Joshi is also intrigued by the ways in which Shakespeare blends the genres of history and tragedy in Richard II. And though it’s one of his less frequently staged plays, Richard II strikes a relevant chord because of the very modern crisis Richard faces, even within the play’s medieval setting.

Joshi points to Richard’s most self-reflective moments in the pivotal Pomfret Castle prison scene. “Take his lines: ‘but whate’er I be,/Nor I nor any man that but man is/With nothing shall be pleased, till he be eased/With being nothing.’ The density of meaning in that has always struck me as something that could be out of Samuel Beckett.”

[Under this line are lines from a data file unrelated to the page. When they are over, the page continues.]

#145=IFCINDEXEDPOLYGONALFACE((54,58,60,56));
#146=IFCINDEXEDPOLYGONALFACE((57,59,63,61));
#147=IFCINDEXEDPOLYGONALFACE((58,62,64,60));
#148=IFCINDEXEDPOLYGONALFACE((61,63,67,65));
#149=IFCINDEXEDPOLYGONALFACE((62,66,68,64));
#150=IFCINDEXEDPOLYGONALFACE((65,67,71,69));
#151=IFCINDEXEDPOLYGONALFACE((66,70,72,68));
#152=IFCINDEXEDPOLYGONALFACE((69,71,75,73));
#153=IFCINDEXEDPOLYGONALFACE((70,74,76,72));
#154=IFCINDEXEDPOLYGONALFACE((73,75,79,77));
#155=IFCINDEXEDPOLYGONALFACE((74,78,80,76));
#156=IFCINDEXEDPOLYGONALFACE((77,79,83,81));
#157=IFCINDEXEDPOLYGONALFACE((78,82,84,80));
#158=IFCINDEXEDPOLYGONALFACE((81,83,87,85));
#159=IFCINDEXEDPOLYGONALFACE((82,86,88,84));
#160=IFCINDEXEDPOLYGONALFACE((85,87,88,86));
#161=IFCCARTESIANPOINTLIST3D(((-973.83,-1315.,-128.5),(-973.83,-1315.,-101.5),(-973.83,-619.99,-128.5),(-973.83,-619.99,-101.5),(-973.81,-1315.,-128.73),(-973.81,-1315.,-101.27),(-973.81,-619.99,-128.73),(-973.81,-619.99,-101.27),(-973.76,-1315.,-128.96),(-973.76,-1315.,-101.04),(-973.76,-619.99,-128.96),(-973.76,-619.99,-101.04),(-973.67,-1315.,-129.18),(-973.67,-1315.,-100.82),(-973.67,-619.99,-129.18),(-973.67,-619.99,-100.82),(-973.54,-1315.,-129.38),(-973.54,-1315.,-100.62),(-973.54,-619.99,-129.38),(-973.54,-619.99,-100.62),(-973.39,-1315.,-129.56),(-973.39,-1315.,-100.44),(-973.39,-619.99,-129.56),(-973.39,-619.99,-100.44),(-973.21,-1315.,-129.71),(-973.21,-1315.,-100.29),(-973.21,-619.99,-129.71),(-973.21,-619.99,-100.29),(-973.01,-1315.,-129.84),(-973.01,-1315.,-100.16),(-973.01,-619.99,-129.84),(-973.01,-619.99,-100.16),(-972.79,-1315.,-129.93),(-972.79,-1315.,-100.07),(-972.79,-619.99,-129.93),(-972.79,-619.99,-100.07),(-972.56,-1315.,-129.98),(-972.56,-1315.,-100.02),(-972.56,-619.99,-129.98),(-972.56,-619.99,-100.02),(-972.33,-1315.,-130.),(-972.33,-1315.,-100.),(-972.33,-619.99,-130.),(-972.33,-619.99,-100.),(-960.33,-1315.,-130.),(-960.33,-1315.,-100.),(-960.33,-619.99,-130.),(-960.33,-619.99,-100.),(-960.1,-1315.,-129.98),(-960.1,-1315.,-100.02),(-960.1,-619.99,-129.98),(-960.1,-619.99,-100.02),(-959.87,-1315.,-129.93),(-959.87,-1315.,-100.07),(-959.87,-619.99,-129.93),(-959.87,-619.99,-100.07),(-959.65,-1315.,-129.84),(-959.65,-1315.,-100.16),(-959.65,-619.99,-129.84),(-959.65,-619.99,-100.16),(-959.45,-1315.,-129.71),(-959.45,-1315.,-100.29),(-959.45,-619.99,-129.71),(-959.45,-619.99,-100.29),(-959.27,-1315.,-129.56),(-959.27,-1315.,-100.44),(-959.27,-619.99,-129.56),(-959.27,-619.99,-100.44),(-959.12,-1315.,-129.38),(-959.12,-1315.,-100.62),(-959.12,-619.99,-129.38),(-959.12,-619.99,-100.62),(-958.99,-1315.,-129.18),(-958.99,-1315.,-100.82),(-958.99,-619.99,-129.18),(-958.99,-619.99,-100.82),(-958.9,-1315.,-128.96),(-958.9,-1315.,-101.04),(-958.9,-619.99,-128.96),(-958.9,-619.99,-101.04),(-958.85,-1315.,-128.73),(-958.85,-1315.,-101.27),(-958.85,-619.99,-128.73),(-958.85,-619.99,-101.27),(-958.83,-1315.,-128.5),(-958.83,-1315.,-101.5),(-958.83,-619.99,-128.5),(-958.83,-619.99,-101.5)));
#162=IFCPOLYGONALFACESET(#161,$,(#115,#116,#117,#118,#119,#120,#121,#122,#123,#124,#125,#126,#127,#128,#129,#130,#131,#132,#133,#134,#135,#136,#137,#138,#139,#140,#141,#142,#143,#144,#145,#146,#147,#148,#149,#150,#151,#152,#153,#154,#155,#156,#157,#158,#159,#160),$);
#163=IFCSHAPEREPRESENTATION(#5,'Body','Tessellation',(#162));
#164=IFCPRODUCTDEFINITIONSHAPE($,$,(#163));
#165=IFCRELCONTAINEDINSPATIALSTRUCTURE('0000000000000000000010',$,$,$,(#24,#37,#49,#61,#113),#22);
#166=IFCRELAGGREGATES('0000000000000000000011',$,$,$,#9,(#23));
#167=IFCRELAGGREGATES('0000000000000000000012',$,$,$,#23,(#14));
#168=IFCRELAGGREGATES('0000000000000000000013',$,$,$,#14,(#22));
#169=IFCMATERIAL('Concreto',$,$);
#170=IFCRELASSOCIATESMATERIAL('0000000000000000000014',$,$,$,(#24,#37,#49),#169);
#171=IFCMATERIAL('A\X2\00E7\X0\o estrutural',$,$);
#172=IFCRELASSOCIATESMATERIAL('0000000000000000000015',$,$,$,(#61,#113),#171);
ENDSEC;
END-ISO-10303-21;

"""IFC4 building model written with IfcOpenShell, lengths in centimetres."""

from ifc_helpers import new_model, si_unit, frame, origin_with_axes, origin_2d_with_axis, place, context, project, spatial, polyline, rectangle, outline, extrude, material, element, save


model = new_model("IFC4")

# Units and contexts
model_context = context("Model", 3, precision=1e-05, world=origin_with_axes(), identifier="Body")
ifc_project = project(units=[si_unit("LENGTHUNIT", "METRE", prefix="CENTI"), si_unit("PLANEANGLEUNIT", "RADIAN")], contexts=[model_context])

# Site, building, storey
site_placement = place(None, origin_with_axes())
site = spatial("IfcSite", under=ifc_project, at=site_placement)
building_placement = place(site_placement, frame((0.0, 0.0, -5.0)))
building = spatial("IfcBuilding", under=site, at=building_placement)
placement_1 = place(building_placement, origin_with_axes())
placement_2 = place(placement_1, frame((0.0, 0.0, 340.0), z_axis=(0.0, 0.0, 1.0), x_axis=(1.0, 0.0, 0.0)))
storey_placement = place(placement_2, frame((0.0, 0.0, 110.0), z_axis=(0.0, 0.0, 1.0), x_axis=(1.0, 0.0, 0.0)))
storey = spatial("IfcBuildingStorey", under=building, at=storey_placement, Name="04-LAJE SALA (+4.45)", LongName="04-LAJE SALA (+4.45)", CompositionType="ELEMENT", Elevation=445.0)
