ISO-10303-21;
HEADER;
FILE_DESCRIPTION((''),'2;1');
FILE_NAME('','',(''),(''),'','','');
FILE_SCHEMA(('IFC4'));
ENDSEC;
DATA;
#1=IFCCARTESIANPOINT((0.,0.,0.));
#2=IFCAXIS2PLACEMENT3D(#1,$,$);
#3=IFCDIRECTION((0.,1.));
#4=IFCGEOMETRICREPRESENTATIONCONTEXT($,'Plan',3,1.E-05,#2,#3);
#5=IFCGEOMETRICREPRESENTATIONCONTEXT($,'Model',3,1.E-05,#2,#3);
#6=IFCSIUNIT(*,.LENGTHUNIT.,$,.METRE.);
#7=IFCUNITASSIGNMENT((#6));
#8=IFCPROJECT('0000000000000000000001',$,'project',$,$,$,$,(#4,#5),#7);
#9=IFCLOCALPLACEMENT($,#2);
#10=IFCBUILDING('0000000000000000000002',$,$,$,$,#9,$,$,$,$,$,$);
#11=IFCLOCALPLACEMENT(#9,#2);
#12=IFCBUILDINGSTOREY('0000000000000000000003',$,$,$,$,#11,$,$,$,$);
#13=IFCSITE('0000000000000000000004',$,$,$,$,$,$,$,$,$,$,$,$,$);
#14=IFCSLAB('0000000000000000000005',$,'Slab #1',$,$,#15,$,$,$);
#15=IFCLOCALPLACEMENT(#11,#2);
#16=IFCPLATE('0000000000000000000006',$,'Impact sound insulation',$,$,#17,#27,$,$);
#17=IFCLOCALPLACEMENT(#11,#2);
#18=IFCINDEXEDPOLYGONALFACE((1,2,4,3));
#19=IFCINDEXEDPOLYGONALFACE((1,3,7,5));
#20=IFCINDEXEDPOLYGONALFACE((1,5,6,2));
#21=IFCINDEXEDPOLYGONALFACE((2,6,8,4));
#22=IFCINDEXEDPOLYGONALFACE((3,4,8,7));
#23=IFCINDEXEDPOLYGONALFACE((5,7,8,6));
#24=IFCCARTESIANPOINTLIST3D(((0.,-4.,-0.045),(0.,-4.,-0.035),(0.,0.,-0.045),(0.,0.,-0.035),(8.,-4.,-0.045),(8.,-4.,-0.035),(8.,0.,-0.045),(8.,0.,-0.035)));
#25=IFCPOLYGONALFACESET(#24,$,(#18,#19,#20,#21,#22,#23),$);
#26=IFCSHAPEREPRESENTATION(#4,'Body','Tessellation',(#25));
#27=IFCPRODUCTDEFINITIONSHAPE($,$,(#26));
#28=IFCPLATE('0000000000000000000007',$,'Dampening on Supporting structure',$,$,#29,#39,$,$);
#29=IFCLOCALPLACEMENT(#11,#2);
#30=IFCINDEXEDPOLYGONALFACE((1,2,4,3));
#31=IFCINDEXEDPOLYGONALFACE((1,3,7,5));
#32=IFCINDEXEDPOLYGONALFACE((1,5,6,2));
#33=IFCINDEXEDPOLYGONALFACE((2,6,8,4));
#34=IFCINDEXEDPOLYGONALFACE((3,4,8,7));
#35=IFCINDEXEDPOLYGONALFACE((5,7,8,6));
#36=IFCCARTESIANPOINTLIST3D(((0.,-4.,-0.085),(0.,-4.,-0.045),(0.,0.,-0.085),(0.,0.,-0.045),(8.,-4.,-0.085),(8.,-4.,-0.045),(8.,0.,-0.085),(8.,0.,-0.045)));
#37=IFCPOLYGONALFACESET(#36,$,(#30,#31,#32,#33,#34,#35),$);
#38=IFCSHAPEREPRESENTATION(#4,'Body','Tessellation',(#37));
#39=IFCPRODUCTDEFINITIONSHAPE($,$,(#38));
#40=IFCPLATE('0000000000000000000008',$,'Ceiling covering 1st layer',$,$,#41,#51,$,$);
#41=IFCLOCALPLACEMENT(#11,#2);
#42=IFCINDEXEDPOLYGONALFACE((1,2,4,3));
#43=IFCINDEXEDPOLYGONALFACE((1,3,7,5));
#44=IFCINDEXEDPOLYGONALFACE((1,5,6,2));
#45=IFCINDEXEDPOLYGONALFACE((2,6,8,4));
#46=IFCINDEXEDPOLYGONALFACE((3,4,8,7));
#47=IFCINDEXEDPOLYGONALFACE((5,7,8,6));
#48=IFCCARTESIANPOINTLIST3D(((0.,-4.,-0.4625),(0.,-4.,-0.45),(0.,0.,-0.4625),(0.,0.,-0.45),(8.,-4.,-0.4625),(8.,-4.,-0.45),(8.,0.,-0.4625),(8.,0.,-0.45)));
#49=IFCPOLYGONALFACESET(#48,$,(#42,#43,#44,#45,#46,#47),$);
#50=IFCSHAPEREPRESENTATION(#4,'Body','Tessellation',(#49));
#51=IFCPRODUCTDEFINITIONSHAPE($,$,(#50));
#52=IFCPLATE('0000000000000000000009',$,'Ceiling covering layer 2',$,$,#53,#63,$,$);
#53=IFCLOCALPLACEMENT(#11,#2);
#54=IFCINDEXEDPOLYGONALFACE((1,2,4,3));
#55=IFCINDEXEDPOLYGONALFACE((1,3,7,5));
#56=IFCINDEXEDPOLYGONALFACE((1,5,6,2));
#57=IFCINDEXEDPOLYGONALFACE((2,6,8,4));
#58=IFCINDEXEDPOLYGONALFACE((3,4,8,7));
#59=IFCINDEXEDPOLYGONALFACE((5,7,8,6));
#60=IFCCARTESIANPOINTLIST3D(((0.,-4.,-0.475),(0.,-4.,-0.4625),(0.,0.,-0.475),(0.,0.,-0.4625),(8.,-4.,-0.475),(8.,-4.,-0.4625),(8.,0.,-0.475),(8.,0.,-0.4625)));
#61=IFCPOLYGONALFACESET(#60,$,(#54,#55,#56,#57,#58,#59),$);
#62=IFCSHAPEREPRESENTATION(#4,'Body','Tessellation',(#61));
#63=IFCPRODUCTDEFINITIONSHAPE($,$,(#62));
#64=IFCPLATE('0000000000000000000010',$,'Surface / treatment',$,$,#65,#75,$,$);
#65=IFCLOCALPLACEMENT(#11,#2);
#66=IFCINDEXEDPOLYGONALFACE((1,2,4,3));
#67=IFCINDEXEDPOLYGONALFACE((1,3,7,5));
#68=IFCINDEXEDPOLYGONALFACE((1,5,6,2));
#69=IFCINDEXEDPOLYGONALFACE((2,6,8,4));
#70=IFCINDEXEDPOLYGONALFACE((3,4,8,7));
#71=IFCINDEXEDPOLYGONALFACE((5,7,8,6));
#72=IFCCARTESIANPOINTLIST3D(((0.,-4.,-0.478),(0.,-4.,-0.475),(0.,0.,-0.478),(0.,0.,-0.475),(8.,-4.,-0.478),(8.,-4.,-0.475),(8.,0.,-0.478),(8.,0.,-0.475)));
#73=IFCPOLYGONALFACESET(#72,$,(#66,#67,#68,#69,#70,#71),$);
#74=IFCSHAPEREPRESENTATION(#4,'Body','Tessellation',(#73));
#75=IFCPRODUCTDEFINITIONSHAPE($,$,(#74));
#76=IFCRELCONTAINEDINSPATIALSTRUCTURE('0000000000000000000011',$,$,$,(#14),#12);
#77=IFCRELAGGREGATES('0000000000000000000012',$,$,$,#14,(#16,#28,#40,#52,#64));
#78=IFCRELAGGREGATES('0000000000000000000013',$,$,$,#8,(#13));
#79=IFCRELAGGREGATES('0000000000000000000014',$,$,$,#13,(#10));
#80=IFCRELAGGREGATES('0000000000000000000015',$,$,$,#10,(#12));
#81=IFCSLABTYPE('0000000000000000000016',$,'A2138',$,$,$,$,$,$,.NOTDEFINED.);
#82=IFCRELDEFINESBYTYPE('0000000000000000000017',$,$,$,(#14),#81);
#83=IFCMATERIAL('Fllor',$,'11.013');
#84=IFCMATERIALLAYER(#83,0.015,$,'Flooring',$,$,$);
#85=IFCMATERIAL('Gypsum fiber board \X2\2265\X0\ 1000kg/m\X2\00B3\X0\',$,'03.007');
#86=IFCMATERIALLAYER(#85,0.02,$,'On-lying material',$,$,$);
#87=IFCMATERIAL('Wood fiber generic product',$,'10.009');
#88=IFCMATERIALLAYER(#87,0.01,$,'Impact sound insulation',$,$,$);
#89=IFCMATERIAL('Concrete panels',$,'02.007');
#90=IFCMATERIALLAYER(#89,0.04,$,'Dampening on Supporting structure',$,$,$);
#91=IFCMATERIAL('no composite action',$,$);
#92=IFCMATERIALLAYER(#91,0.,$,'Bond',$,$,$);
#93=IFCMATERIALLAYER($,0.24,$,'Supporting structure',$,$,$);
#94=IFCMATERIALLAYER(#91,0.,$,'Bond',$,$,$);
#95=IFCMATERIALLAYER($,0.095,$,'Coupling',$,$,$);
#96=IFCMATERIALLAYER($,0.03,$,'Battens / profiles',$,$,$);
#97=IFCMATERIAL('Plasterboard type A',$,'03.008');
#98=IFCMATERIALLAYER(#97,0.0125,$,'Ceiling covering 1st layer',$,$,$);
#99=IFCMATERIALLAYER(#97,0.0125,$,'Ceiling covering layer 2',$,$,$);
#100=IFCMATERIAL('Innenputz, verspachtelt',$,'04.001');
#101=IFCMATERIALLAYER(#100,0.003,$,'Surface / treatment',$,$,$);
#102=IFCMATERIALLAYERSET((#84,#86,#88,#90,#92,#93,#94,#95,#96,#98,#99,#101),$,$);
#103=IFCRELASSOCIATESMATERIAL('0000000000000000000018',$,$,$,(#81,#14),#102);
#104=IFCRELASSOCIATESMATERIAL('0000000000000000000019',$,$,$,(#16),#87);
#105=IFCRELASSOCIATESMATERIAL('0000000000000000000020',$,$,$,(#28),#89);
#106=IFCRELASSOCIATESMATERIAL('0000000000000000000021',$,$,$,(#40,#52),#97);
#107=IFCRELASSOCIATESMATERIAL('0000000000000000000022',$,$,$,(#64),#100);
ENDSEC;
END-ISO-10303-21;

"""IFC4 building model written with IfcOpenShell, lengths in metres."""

from ifc_helpers import new_model, si_unit, direction, frame, frame_2d, origin, place, context, project, spatial, rectangle, extrude, material, layer, layer_set, type_object, element, aggregate, save


model = new_model("IFC4")

# Units and contexts
plan_context = context("Plan", 3, precision=1e-05, world=origin(), true_north=direction((0.0, 1.0)))
model_context = context("Model", 3, precision=1e-05, world=origin(), true_north=direction((0.0, 1.0)))
ifc_project = project(units=[si_unit("LENGTHUNIT", "METRE")], contexts=[plan_context, model_context])

# Site, building, storey
site = spatial("IfcSite", under=ifc_project)
building_placement = place(None, origin())
building = spatial("IfcBuilding", under=site, at=building_placement)
storey_placement = place(building_placement, origin())
storey = spatial("IfcBuildingStorey", under=building, at=storey_placement)

# Slab, plates
ifc_material_1 = material(Name="Fllor", Category="11.013")
ifc_layer_1 = layer(ifc_material_1, 0.015, Name="Flooring")
ifc_material_2 = material(Name="Gypsum fiber board ≥ 1000kg/m³", Category="03.007")
ifc_layer_2 = layer(ifc_material_2, 0.02, Name="On-lying material")
ifc_material_3 = material(Name="Wood fiber generic product", Category="10.009")
ifc_layer_3 = layer(ifc_material_3, 0.01, Name="Impact sound insulation")
ifc_material_4 = material(Name="Concrete panels", Category="02.007")
ifc_layer_4 = layer(ifc_material_4, 0.04, Name="Dampening on Supporting structure")
ifc_material_5 = material(Name="no composite action")
ifc_layer_5 = layer(ifc_material_5, 0.0, Name="Bond")
ifc_layer_6 = layer(None, 0.24, Name="Supporting structure")
ifc_layer_7 = layer(ifc_material_5, 0.0, Name="Bond")
ifc_layer_8 = layer(None, 0.095, Name="Coupling")
ifc_layer_9 = layer(None, 0.03, Name="Battens / profiles")
ifc_material_6 = material(Name="Plasterboard type A", Category="03.008")
ifc_layer_10 = layer(ifc_material_6, 0.0125, Name="Ceiling covering 1st layer")
ifc_layer_11 = layer(ifc_material_6, 0.0125, Name="Ceiling covering layer 2")
ifc_material_7 = material(Name="Innenputz, verspachtelt", Category="04.001")
ifc_layer_12 = layer(ifc_material_7, 0.003, Name="Surface / treatment")
ifc_layer_set = layer_set([ifc_layer_1, ifc_layer_2, ifc_layer_3, ifc_layer_4, ifc_layer_5, ifc_layer_6, ifc_layer_7, ifc_layer_8, ifc_layer_9, ifc_layer_10, ifc_layer_11, ifc_layer_12])
slab_type = type_object("IfcSlabType", Name="A2138", PredefinedType="NOTDEFINED", material=ifc_layer_set)
slab_placement = place(None, frame((0.0, 0.0, 0.0), z_axis=(0.0, 0.0, -1.0), x_axis=(1.0, 0.0, 0.0)))
slab = element("IfcSlab", 1, at=slab_placement, inside=storey, type_object=slab_type, material=ifc_layer_set, Name="Slab #1")
plate_1_placement = place(slab_placement, origin())
plate_1 = element("IfcPlate", 2, at=plate_1_placement, material=ifc_material_3, Name="Impact sound insulation", context=plan_context, shape_type="SweptSolid", body=[
    extrude(rectangle(XDim=8.0, YDim=4.0, at=frame_2d((4.0, 2.0), x_axis=(1.0, 0.0))), frame((0.0, 0.0, 0.035), z_axis=(0.0, 0.0, 1.0), x_axis=(1.0, 0.0, 0.0)), (0.0, 0.0, 1.0), 0.01),
])
plate_2_placement = place(slab_placement, origin())
plate_2 = element("IfcPlate", 3, at=plate_2_placement, material=ifc_material_4, Name="Dampening on Supporting structure", context=plan_context, shape_type="SweptSolid", body=[
    extrude(rectangle(XDim=8.0, YDim=4.0, at=frame_2d((4.0, 2.0), x_axis=(1.0, 0.0))), frame((0.0, 0.0, 0.045), z_axis=(0.0, 0.0, 1.0), x_axis=(1.0, 0.0, 0.0)), (0.0, 0.0, 1.0), 0.04),
])
plate_3_placement = place(slab_placement, origin())
plate_3 = element("IfcPlate", 4, at=plate_3_placement, material=ifc_material_6, Name="Ceiling covering 1st layer", context=plan_context, shape_type="SweptSolid", body=[
    extrude(rectangle(XDim=8.0, YDim=4.0, at=frame_2d((4.0, 2.0), x_axis=(1.0, 0.0))), frame((0.0, 0.0, 0.45), z_axis=(0.0, 0.0, 1.0), x_axis=(1.0, 0.0, 0.0)), (0.0, 0.0, 1.0), 0.0125),
])
plate_4_placement = place(slab_placement, origin())
plate_4 = element("IfcPlate", 5, at=plate_4_placement, material=ifc_material_6, Name="Ceiling covering layer 2", context=plan_context, shape_type="SweptSolid", body=[
    extrude(rectangle(XDim=8.0, YDim=4.0, at=frame_2d((4.0, 2.0), x_axis=(1.0, 0.0))), frame((0.0, 0.0, 0.4625), z_axis=(0.0, 0.0, 1.0), x_axis=(1.0, 0.0, 0.0)), (0.0, 0.0, 1.0), 0.0125),
])
plate_5_placement = place(slab_placement, origin())
plate_5 = element("IfcPlate", 6, at=plate_5_placement, material=ifc_material_7, Name="Surface / treatment", context=plan_context, shape_type="SweptSolid", body=[
    extrude(rectangle(XDim=8.0, YDim=4.0, at=frame_2d((4.0, 2.0), x_axis=(1.0, 0.0))), frame((0.0, 0.0, 0.475), z_axis=(0.0, 0.0, 1.0), x_axis=(1.0, 0.0, 0.0)), (0.0, 0.0, 1.0), 0.003),
])
aggregate(slab, [plate_1, plate_2, plate_3, plate_4, plate_5])

save(model, "model.ifc")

“The existential journey that Richard goes through is something I think contemporary audiences can relate to in terms of how we define ourselves in the world. Richard has to grapple with who he is when he’s no longer king.”

“How does he cope with the absence of that identity? How does Henry edit his identity in order to become a leader? And how much are both shaped by who they are versus the people they have around them? Do we get the leaders we deserve?”

Richard in Pomfret prison; photo by John Ulman

Richard in Pomfret prison; photo by John Ulman

In fact, Richard II appears to have become a hot theatrical topic of late. Recent broadcasts by the BBC of The Hollow Crown series (the cycle of four history plays that begins with Richard II) has brought the melancholy Richard into the spotlight – as has a much-touted Royal Shakespeare Company production starring David Tennant as the deposed king, which was widely disseminated via HD cinemacast.

For Joshi, it’s no surprise that Richard II is suddenly brimming with contemporary relevance. “The history plays seem to come up more and more in part because we live in a politically cynical age. These are plays that focus on what people do for power and ambition. The first week of rehearsals, one of the news stories was of how Kim Jong-un had his uncle executed to consolidate his power.”

Yet in this case, Joshi has seen no need to “modernize” the setting in order to emphasize its relevance. “I’m always interested in the artificiality of theater. What does theater do that film doesn’t do?”

“We don’t compete with the kind of verisimilitude that you get in film because theater demands that the audience’s imagination be engaged to complete the experience. It is this pact we go into – audience and actors and designers – to create this world together through this act of imagination.”